The thing about a 125-plus-year-old company is that it’s been around long enough to have had to change quite a few times over. Andrea Ovans, writing in the Harvard Business Review, chronicles the many ways and the many times that Sears, for one, has come back from the brink.
That includes the early, highly disruptive catalog days, its opening of brick-and-mortar stores, and its pioneering use of census data and demographics in the early 20th century, among other ground-breaking moves. Plus, over the years Sears has had to adjust to the advent of the automobile, the U.S. population shifting from farms to cities to suburbs, wartime, peacetime, and wild swings in consumer tastes and behaviors and its own brand reputation.
“The Sears transformation was more than a change in marketing strategy. It was also a change in the logic and culture of the business. In fact, the process of altering the logic is what changed the culture.” That’s from a 1998 Harvard Business Review paper, “The Employee-Customer-Profit Chain at Sears,” describing the radical turnaround at Sears then.
The next paper on Sears has yet to be written, and the once iconic retailer—which Yahoo Finance’s Jeff Macke called "a company that was once the best of Amazon and Walmart rolled into one”—is struggling mightily, but perhaps the retailer has a better chance than most people think.
“What we see is those brands that are not consistently looking forward and reinventing themselves slowly but surely lose their relevancy to the consumer,” Barr notes, speaking generally and not about Sears in particular.
The pressures of ownership
Another factor that can work for or against a retailer is whether it is privately or publicly held. A privately held company, like L.L. Bean, often has strong ties to its founders or their families, and may have a greater chance at staying true to its values and essential “brand promise.”

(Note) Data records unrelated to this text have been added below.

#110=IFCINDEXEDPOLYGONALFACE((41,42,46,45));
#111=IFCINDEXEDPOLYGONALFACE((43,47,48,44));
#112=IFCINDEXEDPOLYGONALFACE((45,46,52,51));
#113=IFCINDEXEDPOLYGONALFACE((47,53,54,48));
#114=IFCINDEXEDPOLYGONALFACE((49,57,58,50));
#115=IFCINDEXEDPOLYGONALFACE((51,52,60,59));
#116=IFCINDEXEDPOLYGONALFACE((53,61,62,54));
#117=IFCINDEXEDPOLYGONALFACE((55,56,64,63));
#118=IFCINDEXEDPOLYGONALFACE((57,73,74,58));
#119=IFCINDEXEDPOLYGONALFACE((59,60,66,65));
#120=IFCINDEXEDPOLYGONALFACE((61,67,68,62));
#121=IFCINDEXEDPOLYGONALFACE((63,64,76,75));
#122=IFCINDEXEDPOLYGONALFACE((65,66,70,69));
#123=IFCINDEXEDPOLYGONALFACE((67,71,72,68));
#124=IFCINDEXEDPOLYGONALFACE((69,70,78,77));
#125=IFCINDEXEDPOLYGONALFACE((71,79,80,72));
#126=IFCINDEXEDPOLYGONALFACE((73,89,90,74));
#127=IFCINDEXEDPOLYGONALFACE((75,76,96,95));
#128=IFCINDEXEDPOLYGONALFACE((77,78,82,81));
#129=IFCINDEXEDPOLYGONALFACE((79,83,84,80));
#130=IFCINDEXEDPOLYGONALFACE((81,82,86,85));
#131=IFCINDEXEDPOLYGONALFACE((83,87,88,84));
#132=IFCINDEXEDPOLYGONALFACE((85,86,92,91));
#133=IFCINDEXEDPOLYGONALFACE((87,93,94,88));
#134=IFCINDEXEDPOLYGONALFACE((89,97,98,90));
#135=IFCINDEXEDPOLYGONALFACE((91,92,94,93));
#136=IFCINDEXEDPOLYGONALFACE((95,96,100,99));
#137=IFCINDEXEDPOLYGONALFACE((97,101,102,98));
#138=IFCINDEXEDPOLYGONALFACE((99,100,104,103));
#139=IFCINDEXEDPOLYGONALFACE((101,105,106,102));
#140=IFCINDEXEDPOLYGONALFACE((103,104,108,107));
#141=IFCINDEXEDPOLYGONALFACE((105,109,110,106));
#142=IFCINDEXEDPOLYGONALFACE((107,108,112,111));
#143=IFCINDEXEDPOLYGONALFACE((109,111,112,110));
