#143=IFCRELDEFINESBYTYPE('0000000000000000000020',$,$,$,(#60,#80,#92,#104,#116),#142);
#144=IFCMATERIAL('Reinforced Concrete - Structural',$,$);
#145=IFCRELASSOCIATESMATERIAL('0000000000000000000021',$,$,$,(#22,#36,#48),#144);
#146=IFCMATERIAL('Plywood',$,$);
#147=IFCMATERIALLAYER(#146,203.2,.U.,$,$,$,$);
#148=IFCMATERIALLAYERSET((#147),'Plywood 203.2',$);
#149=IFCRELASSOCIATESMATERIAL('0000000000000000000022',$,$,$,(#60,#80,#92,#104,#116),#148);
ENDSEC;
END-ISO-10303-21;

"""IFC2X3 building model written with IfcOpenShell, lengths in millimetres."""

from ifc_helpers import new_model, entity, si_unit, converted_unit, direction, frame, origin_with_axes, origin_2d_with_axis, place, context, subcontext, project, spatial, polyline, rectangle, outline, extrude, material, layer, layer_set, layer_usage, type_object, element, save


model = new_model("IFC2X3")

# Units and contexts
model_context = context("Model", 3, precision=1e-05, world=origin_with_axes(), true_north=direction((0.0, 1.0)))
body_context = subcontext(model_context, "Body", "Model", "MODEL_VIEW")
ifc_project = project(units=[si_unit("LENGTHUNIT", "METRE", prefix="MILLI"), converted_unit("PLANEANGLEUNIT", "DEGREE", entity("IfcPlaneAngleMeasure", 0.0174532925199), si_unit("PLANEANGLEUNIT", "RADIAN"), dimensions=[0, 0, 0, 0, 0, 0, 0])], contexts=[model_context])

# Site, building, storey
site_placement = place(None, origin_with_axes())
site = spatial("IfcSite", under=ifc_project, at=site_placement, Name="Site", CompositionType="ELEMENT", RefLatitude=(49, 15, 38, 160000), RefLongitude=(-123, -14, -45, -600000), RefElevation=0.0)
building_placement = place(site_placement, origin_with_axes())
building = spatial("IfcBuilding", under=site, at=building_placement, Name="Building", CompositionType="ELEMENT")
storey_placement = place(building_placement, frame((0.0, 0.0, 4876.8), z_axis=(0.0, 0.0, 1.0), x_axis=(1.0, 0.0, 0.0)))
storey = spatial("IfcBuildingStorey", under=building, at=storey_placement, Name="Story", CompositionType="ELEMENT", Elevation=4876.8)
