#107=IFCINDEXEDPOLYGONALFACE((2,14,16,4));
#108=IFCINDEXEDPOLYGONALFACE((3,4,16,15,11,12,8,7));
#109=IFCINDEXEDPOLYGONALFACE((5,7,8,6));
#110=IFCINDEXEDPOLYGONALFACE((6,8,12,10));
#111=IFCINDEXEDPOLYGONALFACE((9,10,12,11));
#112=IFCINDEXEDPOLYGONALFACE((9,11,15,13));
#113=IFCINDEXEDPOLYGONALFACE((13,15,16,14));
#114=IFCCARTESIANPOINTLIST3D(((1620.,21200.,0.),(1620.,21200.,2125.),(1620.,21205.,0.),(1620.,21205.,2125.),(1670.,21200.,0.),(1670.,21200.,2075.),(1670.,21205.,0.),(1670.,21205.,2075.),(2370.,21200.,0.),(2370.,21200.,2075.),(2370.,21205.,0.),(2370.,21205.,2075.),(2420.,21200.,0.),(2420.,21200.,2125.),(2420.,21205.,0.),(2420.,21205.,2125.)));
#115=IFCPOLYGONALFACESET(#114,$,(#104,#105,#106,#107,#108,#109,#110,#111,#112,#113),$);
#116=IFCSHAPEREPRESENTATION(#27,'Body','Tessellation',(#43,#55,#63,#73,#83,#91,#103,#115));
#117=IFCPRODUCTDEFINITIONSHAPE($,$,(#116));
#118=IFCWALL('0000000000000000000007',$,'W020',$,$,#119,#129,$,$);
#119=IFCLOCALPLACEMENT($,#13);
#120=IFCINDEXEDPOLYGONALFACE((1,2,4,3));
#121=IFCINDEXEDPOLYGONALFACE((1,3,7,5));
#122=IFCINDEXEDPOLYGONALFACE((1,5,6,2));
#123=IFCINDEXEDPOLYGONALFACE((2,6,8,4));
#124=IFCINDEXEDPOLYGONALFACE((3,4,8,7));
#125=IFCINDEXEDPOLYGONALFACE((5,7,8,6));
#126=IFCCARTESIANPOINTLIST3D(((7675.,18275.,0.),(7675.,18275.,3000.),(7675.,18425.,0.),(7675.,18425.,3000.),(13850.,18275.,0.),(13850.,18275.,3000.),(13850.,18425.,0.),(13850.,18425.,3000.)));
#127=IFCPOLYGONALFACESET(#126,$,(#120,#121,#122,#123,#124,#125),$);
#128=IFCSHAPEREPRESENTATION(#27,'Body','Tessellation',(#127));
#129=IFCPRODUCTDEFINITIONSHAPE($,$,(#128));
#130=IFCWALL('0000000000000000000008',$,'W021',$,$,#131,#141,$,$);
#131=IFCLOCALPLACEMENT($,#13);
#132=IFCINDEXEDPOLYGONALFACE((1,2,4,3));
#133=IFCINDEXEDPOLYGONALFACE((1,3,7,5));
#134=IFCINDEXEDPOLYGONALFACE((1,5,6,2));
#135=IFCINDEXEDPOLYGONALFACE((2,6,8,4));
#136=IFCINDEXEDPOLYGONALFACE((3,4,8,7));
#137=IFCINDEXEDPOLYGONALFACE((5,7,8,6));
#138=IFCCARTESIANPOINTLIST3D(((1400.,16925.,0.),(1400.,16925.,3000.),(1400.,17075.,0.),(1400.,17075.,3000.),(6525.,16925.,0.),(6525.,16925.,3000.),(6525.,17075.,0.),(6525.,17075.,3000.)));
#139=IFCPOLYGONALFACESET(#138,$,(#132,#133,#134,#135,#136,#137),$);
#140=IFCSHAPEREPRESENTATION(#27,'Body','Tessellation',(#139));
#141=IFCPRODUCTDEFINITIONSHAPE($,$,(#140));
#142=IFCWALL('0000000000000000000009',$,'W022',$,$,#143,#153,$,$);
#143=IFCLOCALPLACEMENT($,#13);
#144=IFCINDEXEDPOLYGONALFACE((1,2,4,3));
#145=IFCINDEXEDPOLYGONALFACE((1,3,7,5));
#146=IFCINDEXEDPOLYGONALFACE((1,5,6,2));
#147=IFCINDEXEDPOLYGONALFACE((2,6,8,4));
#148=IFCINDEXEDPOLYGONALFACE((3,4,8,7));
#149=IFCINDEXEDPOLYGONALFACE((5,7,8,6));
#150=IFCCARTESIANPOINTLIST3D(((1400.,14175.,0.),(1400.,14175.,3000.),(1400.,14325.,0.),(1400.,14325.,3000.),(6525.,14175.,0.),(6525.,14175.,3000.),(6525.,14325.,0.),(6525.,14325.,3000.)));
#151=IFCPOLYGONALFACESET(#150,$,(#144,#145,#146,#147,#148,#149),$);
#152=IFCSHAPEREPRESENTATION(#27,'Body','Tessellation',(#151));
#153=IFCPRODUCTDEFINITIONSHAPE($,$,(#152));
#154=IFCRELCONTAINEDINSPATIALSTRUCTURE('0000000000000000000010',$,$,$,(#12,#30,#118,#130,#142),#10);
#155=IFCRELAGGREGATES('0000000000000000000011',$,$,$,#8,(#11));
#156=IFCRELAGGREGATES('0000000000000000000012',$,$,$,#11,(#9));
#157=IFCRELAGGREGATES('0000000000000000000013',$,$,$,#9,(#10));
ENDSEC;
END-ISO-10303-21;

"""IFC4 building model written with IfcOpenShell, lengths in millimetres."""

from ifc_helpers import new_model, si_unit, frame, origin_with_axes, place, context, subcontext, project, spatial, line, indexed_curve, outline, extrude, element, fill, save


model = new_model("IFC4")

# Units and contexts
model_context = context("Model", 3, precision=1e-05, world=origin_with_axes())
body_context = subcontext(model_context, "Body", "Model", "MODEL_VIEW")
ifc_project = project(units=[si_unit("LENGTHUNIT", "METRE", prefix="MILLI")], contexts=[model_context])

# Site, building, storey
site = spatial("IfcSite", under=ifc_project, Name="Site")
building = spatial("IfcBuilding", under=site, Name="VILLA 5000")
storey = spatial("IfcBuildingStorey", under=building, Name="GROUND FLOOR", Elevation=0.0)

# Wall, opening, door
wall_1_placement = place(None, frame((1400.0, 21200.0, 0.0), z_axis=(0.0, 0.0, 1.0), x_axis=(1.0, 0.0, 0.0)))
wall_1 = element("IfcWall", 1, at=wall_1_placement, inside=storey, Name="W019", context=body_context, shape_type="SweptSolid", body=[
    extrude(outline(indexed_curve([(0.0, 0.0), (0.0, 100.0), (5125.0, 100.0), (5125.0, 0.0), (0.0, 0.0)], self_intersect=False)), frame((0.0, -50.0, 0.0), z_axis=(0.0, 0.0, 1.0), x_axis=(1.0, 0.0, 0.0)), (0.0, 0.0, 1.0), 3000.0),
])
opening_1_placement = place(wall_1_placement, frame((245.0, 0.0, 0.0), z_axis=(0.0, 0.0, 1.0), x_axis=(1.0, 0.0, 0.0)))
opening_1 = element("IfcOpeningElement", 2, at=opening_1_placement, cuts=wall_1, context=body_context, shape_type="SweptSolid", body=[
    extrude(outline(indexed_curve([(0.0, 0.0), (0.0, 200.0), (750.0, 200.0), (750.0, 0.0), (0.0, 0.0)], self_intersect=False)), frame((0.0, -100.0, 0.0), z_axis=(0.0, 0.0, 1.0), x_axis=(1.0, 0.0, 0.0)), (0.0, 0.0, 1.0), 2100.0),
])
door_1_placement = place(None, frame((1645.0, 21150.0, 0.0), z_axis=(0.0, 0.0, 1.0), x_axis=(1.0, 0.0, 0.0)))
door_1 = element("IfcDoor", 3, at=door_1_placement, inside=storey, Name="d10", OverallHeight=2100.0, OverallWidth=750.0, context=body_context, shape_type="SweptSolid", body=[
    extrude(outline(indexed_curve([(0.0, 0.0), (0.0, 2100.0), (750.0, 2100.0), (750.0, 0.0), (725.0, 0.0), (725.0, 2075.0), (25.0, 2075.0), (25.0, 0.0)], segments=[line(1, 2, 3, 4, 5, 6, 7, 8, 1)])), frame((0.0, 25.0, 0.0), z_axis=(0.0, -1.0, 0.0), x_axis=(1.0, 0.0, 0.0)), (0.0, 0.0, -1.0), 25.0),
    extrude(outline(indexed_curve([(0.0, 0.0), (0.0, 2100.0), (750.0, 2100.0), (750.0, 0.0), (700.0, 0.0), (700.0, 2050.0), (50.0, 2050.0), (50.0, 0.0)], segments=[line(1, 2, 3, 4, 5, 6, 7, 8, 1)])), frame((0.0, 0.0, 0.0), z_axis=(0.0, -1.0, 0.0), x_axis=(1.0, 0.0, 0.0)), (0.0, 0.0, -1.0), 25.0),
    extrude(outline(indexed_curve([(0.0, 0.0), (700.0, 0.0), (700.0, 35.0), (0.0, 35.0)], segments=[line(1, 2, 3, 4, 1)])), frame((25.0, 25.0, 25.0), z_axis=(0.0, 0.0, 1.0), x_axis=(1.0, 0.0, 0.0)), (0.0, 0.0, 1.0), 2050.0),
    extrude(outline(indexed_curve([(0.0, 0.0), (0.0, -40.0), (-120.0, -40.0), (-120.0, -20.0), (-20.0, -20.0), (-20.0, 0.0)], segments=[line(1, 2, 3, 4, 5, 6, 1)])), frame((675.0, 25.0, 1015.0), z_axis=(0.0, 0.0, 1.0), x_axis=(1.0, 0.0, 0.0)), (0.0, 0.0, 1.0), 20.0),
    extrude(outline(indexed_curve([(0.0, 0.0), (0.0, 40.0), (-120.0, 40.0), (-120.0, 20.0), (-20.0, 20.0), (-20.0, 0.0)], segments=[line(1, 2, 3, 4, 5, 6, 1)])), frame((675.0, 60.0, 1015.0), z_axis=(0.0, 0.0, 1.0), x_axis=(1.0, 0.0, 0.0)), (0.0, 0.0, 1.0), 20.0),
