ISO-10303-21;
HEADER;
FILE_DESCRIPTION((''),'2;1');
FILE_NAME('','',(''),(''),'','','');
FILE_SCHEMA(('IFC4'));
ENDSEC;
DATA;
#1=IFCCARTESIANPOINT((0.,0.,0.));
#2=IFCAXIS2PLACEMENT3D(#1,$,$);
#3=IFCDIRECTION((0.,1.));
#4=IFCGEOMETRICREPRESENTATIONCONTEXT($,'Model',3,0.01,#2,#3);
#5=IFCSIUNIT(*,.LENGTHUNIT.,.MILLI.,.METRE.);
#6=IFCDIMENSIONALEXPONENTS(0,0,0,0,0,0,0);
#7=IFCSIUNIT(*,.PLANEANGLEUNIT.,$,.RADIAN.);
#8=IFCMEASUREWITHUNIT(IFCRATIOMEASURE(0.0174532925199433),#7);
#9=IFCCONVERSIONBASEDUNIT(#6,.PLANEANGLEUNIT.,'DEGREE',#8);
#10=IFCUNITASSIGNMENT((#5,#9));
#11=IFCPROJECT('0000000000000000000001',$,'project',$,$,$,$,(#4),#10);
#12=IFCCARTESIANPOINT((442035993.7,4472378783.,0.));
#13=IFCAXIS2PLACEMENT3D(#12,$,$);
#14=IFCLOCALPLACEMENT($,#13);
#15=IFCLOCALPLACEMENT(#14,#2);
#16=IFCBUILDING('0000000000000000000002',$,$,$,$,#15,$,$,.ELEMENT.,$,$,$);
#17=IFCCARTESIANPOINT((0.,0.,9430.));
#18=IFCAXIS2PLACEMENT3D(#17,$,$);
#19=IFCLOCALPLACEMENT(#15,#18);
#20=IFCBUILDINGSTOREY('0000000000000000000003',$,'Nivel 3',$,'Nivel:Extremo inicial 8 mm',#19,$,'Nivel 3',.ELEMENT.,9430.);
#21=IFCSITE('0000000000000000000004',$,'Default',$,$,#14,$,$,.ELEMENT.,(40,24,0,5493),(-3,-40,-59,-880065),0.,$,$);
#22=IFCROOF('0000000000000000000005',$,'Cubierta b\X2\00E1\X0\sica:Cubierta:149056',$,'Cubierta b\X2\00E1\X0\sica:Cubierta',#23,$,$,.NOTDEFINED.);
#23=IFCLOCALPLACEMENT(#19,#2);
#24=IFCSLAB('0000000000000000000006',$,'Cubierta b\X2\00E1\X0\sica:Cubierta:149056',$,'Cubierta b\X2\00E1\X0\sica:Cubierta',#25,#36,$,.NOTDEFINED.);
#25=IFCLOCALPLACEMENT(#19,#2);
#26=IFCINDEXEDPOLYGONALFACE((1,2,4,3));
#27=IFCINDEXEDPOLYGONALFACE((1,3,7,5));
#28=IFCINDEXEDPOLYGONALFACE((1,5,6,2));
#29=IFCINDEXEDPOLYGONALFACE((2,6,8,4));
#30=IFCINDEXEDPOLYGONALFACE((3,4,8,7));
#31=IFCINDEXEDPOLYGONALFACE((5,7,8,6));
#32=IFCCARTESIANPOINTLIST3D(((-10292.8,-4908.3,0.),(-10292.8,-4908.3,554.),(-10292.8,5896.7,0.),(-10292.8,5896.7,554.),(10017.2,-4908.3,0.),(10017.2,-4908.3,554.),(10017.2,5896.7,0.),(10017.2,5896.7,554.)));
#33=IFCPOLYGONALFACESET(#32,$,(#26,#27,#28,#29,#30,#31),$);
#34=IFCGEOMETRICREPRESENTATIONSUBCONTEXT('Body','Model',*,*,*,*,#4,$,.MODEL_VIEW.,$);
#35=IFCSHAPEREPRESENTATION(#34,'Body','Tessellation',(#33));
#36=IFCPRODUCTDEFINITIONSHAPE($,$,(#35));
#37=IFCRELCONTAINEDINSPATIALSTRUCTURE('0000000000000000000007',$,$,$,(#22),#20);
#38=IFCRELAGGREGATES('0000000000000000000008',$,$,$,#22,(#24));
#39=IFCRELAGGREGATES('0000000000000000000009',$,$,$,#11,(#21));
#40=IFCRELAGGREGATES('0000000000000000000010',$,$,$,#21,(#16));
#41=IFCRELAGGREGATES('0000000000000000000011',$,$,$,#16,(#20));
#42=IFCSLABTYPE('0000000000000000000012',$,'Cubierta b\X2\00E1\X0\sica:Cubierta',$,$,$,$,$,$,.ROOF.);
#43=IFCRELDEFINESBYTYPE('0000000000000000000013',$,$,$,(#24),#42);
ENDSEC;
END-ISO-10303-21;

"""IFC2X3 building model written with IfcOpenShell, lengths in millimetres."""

from ifc_helpers import new_model, entity, si_unit, converted_unit, direction, frame, frame_2d, origin, place, context, subcontext, project, spatial, rectangle, extrude, type_object, element, aggregate, save


model = new_model("IFC2X3")

# Units and contexts
model_context = context("Model", 3, precision=0.01, world=origin(), true_north=direction((0.0, 1.0)))
body_context = subcontext(model_context, "Body", "Model", "MODEL_VIEW")
ifc_project = project(units=[si_unit("LENGTHUNIT", "METRE", prefix="MILLI"), converted_unit("PLANEANGLEUNIT", "DEGREE", entity("IfcRatioMeasure", 0.0174532925199433), si_unit("PLANEANGLEUNIT", "RADIAN"), dimensions=[0, 0, 0, 0, 0, 0, 0])], contexts=[model_context])

# Site, building, storey
site_placement = place(None, frame((442035993.7, 4472378783.0, 0.0)))
site = spatial("IfcSite", under=ifc_project, at=site_placement, Name="Default", CompositionType="ELEMENT", RefLatitude=(40, 24, 0, 5493), RefLongitude=(-3, -40, -59, -880065), RefElevation=0.0)
building_placement = place(site_placement, origin())
building = spatial("IfcBuilding", under=site, at=building_placement, CompositionType="ELEMENT")
storey_placement = place(building_placement, frame((0.0, 0.0, 9430.0)))
storey = spatial("IfcBuildingStorey", under=building, at=storey_placement, Name="Nivel 3", ObjectType="Nivel:Extremo inicial 8 mm", LongName="Nivel 3", CompositionType="ELEMENT", Elevation=9430.0)

# Roof, slab
roof_placement = place(storey_placement, frame((-10292.8, -4908.3, 0.0)))
roof = element("IfcRoof", 1, at=roof_placement, inside=storey, Name="Cubierta básica:Cubierta:149056", ObjectType="Cubierta básica:Cubierta", ShapeType="NOTDEFINED")
slab_type = type_object("IfcSlabType", Name="Cubierta básica:Cubierta", PredefinedType="ROOF")
slab_placement = place(roof_placement, origin())
slab = element("IfcSlab", 2, at=slab_placement, type_object=slab_type, Name="Cubierta básica:Cubierta:149056", ObjectType="Cubierta básica:Cubierta", PredefinedType="NOTDEFINED", context=body_context, shape_type="SweptSolid", body=[
    extrude(rectangle(XDim=10805.0, YDim=20310.0, at=frame_2d((0.0, 0.0), x_axis=(0.0, -1.0))), frame((10155.0, 5402.5, 0.0)), (0.0, 0.0, 1.0), 554.0),
])
aggregate(roof, [slab])

save(model, "model.ifc")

And because boards of directors and shareholders can be impatient, it can be difficult for a publicly traded company to take steps necessary to reform.
“Why do some do it and do some not do it?” Barr asks of which retailers survive over the long term. “Everything as it relates to the consumer is very dynamic. The leading companies are constantly looking forward to not only their own products but to global mega-trends.”
And that means understanding shifting demographics and tastes as well as technology—including, sometimes, the best materials to use in a hunting boot that's sometimes worn by fashion-forward urban college kids who never go hunting.